▸ Problem to work on: Below are some records. Pull every line that contains the word "Tessellation".

▸ Available records:
== == ==
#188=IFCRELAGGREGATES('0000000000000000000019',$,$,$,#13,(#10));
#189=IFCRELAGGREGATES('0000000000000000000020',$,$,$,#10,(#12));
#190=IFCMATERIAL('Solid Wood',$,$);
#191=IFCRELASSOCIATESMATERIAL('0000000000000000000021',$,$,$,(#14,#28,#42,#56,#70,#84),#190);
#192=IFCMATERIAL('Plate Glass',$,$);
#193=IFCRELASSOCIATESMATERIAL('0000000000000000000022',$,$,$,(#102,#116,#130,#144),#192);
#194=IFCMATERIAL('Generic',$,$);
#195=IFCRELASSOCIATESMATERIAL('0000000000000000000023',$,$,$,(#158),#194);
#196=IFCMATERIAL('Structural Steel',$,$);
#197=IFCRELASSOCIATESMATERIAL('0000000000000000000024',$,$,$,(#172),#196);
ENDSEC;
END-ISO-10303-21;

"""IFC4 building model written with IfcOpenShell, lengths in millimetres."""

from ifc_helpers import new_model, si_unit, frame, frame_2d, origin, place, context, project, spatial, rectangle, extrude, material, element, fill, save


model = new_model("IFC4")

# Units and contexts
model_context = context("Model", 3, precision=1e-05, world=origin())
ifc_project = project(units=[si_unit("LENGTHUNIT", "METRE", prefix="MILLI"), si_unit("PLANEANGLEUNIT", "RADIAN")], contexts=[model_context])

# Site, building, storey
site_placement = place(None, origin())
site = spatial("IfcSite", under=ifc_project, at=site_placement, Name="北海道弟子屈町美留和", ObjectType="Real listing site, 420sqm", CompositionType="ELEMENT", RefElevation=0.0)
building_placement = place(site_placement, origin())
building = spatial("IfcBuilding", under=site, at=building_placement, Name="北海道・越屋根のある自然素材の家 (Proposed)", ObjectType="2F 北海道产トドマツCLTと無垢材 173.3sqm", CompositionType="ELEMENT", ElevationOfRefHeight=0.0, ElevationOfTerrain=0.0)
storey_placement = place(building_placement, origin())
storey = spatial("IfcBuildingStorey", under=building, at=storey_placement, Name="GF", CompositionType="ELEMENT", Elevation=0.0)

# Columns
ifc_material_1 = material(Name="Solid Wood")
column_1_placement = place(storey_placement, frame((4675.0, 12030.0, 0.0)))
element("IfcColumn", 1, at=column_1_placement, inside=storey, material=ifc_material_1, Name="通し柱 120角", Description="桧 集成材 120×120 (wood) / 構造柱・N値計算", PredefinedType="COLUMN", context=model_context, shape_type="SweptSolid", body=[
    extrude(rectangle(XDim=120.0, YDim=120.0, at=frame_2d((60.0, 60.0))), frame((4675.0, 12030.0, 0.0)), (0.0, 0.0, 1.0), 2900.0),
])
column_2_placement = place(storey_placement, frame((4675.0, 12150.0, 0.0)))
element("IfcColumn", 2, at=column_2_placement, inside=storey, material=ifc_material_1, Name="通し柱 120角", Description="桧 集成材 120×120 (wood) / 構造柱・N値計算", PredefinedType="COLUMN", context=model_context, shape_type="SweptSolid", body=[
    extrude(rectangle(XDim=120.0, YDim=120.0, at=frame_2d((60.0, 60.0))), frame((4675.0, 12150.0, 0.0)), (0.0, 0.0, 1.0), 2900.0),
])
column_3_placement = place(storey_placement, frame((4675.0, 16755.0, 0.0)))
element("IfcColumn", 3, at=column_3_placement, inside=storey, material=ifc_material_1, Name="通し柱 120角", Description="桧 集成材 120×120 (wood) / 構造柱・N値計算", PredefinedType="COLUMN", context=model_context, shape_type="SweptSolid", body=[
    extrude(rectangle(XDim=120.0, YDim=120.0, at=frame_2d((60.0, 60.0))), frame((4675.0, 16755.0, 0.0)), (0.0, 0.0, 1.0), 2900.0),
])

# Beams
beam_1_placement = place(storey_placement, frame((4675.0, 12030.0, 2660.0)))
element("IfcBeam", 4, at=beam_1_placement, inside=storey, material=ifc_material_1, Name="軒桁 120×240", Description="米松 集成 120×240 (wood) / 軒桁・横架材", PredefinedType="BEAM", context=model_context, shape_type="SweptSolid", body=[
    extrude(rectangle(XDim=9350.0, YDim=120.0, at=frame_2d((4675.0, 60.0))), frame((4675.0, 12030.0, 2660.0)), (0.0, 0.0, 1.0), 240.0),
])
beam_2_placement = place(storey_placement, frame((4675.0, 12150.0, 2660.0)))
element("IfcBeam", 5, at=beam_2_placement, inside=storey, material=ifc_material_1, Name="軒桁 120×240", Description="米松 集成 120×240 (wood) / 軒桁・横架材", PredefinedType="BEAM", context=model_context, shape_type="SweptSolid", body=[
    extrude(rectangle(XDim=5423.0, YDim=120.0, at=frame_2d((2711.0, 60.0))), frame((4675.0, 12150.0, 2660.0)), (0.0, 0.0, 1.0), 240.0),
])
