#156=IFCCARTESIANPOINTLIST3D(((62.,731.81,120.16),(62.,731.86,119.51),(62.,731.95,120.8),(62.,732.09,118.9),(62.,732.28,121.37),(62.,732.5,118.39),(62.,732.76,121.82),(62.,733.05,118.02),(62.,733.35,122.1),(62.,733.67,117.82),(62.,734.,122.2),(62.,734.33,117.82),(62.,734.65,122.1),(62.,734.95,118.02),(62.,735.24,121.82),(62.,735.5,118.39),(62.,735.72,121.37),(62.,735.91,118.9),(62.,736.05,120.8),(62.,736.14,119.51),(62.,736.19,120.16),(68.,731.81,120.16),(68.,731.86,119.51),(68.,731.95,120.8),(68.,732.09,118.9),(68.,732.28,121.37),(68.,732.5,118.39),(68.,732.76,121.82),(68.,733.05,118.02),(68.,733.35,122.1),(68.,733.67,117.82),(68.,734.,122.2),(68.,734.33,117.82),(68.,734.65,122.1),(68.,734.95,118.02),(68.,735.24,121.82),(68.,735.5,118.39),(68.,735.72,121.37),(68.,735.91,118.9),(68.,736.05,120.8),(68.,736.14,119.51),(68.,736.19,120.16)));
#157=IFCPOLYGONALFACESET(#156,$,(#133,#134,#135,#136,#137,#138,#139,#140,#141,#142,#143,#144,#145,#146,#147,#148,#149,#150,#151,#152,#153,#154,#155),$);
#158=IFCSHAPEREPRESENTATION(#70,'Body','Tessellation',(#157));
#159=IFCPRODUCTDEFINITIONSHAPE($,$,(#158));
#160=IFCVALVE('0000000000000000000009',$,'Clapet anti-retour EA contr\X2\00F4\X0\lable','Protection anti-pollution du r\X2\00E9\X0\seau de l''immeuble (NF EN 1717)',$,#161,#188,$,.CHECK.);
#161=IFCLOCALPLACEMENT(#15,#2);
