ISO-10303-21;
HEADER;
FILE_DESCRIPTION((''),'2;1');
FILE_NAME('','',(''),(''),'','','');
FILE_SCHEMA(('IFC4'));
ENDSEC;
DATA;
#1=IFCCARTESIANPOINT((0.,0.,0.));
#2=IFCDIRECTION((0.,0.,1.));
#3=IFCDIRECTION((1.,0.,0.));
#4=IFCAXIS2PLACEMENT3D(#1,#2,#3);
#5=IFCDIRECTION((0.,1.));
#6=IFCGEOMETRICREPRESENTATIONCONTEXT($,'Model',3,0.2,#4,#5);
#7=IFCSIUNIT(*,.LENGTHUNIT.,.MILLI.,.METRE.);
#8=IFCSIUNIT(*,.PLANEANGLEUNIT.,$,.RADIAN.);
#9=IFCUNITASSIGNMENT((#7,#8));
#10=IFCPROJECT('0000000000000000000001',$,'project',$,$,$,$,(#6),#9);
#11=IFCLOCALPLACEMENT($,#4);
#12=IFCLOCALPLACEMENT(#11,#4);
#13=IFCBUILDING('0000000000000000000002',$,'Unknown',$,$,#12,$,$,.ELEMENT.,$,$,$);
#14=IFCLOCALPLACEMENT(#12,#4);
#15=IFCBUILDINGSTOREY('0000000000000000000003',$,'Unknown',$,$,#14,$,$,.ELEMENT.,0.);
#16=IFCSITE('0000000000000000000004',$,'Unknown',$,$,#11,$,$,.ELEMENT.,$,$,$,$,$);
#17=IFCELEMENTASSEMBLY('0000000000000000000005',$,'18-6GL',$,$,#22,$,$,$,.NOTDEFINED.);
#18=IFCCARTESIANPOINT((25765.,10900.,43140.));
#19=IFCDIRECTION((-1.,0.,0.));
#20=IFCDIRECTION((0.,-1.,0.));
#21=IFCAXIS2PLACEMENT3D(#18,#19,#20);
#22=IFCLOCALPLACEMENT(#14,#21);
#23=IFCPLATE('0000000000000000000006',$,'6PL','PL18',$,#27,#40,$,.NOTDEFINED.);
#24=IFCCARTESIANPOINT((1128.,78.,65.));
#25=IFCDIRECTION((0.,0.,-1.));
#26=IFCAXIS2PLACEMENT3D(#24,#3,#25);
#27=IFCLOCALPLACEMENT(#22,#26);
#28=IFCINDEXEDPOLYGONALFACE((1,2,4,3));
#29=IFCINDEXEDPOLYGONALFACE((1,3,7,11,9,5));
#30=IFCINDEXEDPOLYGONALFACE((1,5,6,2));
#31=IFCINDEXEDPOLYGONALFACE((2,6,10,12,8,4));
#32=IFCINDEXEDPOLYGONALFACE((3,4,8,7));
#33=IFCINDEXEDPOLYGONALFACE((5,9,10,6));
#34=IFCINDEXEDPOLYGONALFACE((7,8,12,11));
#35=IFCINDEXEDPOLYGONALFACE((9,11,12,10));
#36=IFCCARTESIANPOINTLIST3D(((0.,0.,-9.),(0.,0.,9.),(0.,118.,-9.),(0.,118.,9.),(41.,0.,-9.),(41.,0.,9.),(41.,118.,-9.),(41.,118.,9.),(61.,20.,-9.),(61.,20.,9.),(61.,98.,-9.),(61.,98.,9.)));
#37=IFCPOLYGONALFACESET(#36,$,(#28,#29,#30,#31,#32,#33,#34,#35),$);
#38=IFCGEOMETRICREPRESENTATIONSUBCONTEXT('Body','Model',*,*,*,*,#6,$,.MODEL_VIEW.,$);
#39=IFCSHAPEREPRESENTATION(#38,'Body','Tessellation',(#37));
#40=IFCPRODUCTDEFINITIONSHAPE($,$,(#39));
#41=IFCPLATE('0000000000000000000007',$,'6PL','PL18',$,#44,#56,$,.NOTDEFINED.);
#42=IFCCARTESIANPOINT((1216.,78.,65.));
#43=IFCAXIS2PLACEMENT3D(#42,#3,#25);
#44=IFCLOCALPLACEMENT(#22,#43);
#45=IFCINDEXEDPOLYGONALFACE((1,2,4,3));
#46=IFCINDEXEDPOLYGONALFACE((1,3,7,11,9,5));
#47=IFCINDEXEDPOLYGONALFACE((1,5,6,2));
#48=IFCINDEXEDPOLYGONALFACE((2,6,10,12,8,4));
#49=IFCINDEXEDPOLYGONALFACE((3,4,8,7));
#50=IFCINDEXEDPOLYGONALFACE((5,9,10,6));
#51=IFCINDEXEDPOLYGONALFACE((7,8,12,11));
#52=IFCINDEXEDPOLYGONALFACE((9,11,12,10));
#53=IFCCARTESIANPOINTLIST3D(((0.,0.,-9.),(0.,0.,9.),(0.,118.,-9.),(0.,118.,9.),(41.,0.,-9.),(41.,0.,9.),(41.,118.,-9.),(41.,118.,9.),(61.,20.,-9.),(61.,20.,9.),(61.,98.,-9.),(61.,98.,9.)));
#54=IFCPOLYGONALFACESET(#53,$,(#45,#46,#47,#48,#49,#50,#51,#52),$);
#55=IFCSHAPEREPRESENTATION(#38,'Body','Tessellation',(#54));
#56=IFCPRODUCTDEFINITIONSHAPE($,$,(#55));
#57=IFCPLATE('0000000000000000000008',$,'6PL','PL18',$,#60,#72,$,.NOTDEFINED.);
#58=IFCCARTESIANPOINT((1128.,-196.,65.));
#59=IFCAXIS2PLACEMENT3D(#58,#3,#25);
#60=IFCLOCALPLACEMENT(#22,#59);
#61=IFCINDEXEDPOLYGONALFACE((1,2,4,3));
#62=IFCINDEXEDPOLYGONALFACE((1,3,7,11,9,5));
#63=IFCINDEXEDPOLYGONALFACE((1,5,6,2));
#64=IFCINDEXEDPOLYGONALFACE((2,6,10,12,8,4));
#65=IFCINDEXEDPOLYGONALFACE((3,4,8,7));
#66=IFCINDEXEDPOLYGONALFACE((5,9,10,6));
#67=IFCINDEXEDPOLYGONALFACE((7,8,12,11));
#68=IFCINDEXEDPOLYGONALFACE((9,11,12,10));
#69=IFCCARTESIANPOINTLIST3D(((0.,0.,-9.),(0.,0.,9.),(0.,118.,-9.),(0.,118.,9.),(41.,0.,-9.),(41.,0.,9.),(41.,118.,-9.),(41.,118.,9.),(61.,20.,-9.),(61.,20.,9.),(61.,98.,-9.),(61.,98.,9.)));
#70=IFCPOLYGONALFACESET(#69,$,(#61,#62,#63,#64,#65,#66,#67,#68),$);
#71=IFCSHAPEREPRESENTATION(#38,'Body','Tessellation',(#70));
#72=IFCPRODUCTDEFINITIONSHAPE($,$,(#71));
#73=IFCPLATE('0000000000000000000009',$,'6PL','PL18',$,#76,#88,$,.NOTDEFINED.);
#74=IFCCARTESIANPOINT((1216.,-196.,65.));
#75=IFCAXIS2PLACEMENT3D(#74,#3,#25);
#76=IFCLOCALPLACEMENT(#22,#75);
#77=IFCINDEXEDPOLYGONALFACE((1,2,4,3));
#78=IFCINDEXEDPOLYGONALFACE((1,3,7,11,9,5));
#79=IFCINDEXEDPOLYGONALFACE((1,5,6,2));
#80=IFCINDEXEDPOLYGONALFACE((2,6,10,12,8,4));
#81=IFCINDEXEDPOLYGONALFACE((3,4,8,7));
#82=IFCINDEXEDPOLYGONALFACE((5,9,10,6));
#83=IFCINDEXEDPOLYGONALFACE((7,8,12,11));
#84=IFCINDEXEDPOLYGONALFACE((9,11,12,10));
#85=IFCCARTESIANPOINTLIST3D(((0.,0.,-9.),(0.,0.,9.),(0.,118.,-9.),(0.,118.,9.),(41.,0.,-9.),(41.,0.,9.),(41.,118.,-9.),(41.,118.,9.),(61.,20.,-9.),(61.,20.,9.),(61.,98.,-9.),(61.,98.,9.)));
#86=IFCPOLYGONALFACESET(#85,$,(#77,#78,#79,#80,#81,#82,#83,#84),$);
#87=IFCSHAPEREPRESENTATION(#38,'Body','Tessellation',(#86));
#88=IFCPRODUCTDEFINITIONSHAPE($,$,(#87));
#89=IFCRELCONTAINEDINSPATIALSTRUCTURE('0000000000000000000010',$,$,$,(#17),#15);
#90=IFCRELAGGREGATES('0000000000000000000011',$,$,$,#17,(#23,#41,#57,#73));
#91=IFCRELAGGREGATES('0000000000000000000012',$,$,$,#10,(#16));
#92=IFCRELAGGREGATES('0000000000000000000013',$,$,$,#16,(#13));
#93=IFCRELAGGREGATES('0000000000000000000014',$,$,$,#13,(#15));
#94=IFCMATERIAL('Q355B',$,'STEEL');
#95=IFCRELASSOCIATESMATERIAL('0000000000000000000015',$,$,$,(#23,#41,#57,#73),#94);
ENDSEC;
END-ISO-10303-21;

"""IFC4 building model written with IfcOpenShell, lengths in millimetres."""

from ifc_helpers import new_model, si_unit, direction, frame, origin_with_axes, place, context, subcontext, project, spatial, line, indexed_curve, outline, extrude, material, element, aggregate, save


model = new_model("IFC4")

# Units and contexts
model_context = context("Model", 3, precision=0.2, world=origin_with_axes(), true_north=direction((0.0, 1.0)))
body_context = subcontext(model_context, "Body", "Model", "MODEL_VIEW")
ifc_project = project(units=[si_unit("LENGTHUNIT", "METRE", prefix="MILLI"), si_unit("PLANEANGLEUNIT", "RADIAN")], contexts=[model_context])

# Site, building, storey
site_placement = place(None, origin_with_axes())
site = spatial("IfcSite", under=ifc_project, at=site_placement, Name="Unknown", CompositionType="ELEMENT")
building_placement = place(site_placement, origin_with_axes())
building = spatial("IfcBuilding", under=site, at=building_placement, Name="Unknown", CompositionType="ELEMENT")
storey_placement = place(building_placement, origin_with_axes())
storey = spatial("IfcBuildingStorey", under=building, at=storey_placement, Name="Unknown", CompositionType="ELEMENT", Elevation=0.0)

# Element assembly
assembly_1_placement = place(storey_placement, frame((25765.0, 10900.0, 43140.0), z_axis=(-1.0, 0.0, 0.0), x_axis=(0.0, -1.0, 0.0)))
assembly_1 = element("IfcElementAssembly", 1, at=assembly_1_placement, inside=storey, Name="18-6GL", PredefinedType="NOTDEFINED")
ifc_material_1 = material(Name="Q355B", Category="STEEL")

# Plates
plate_1_placement = place(assembly_1_placement, frame((1128.0, 78.0, 65.0), z_axis=(1.0, 0.0, 0.0), x_axis=(0.0, 0.0, -1.0)))
plate_1 = element("IfcPlate", 2, at=plate_1_placement, material=ifc_material_1, Name="6PL", Description="PL18", PredefinedType="NOTDEFINED", context=body_context, shape_type="SolidModel", body=[
    extrude(outline(indexed_curve([(0.0, 0.0), (41.0, 0.0), (61.0, 20.0), (61.0, 98.0), (41.0, 118.0), (0.0, 118.0)], segments=[line(1, 2, 3, 4, 5, 6, 1)])), frame((0.0, 0.0, 9.0), z_axis=(0.0, 0.0, 1.0), x_axis=(1.0, 0.0, 0.0)), (0.0, 0.0, -1.0), 18.0),
])
plate_2_placement = place(assembly_1_placement, frame((1216.0, 78.0, 65.0), z_axis=(1.0, 0.0, 0.0), x_axis=(0.0, 0.0, -1.0)))
plate_2 = element("IfcPlate", 3, at=plate_2_placement, material=ifc_material_1, Name="6PL", Description="PL18", PredefinedType="NOTDEFINED", context=body_context, shape_type="SolidModel", body=[
    extrude(outline(indexed_curve([(0.0, 0.0), (41.0, 0.0), (61.0, 20.0), (61.0, 98.0), (41.0, 118.0), (0.0, 118.0)], segments=[line(1, 2, 3, 4, 5, 6, 1)])), frame((0.0, 0.0, 9.0), z_axis=(0.0, 0.0, 1.0), x_axis=(1.0, 0.0, 0.0)), (0.0, 0.0, -1.0), 18.0),
])
plate_3_placement = place(assembly_1_placement, frame((1128.0, -196.0, 65.0), z_axis=(1.0, 0.0, 0.0), x_axis=(0.0, 0.0, -1.0)))
plate_3 = element("IfcPlate", 4, at=plate_3_placement, material=ifc_material_1, Name="6PL", Description="PL18", PredefinedType="NOTDEFINED", context=body_context, shape_type="SolidModel", body=[
    extrude(outline(indexed_curve([(0.0, 0.0), (41.0, 0.0), (61.0, 20.0), (61.0, 98.0), (41.0, 118.0), (0.0, 118.0)], segments=[line(1, 2, 3, 4, 5, 6, 1)])), frame((0.0, 0.0, 9.0), z_axis=(0.0, 0.0, 1.0), x_axis=(1.0, 0.0, 0.0)), (0.0, 0.0, -1.0), 18.0),
])
plate_4_placement = place(assembly_1_placement, frame((1216.0, -196.0, 65.0), z_axis=(1.0, 0.0, 0.0), x_axis=(0.0, 0.0, -1.0)))
plate_4 = element("IfcPlate", 5, at=plate_4_placement, material=ifc_material_1, Name="6PL", Description="PL18", PredefinedType="NOTDEFINED", context=body_context, shape_type="SolidModel", body=[
    extrude(outline(indexed_curve([(0.0, 0.0), (41.0, 0.0), (61.0, 20.0), (61.0, 98.0), (41.0, 118.0), (0.0, 118.0)], segments=[line(1, 2, 3, 4, 5, 6, 1)])), frame((0.0, 0.0, 9.0), z_axis=(0.0, 0.0, 1.0), x_axis=(1.0, 0.0, 0.0)), (0.0, 0.0, -1.0), 18.0),
])

aggregate(assembly_1, [plate_1, plate_2, plate_3, plate_4])

save(model, "model.ifc")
== == ==
▸ Solution for this exercise:
#158=IFCSHAPEREPRESENTATION(#70,'Body','Tessellation',(#157));
#39=IFCSHAPEREPRESENTATION(#38,'Body','Tessellation',(#37));
#55=IFCSHAPEREPRESENTATION(#38,'Body','Tessellation',(#54));
#71=IFCSHAPEREPRESENTATION(#38,'Body','Tessellation',(#70));
#87=IFCSHAPEREPRESENTATION(#38,'Body','Tessellation',(#86));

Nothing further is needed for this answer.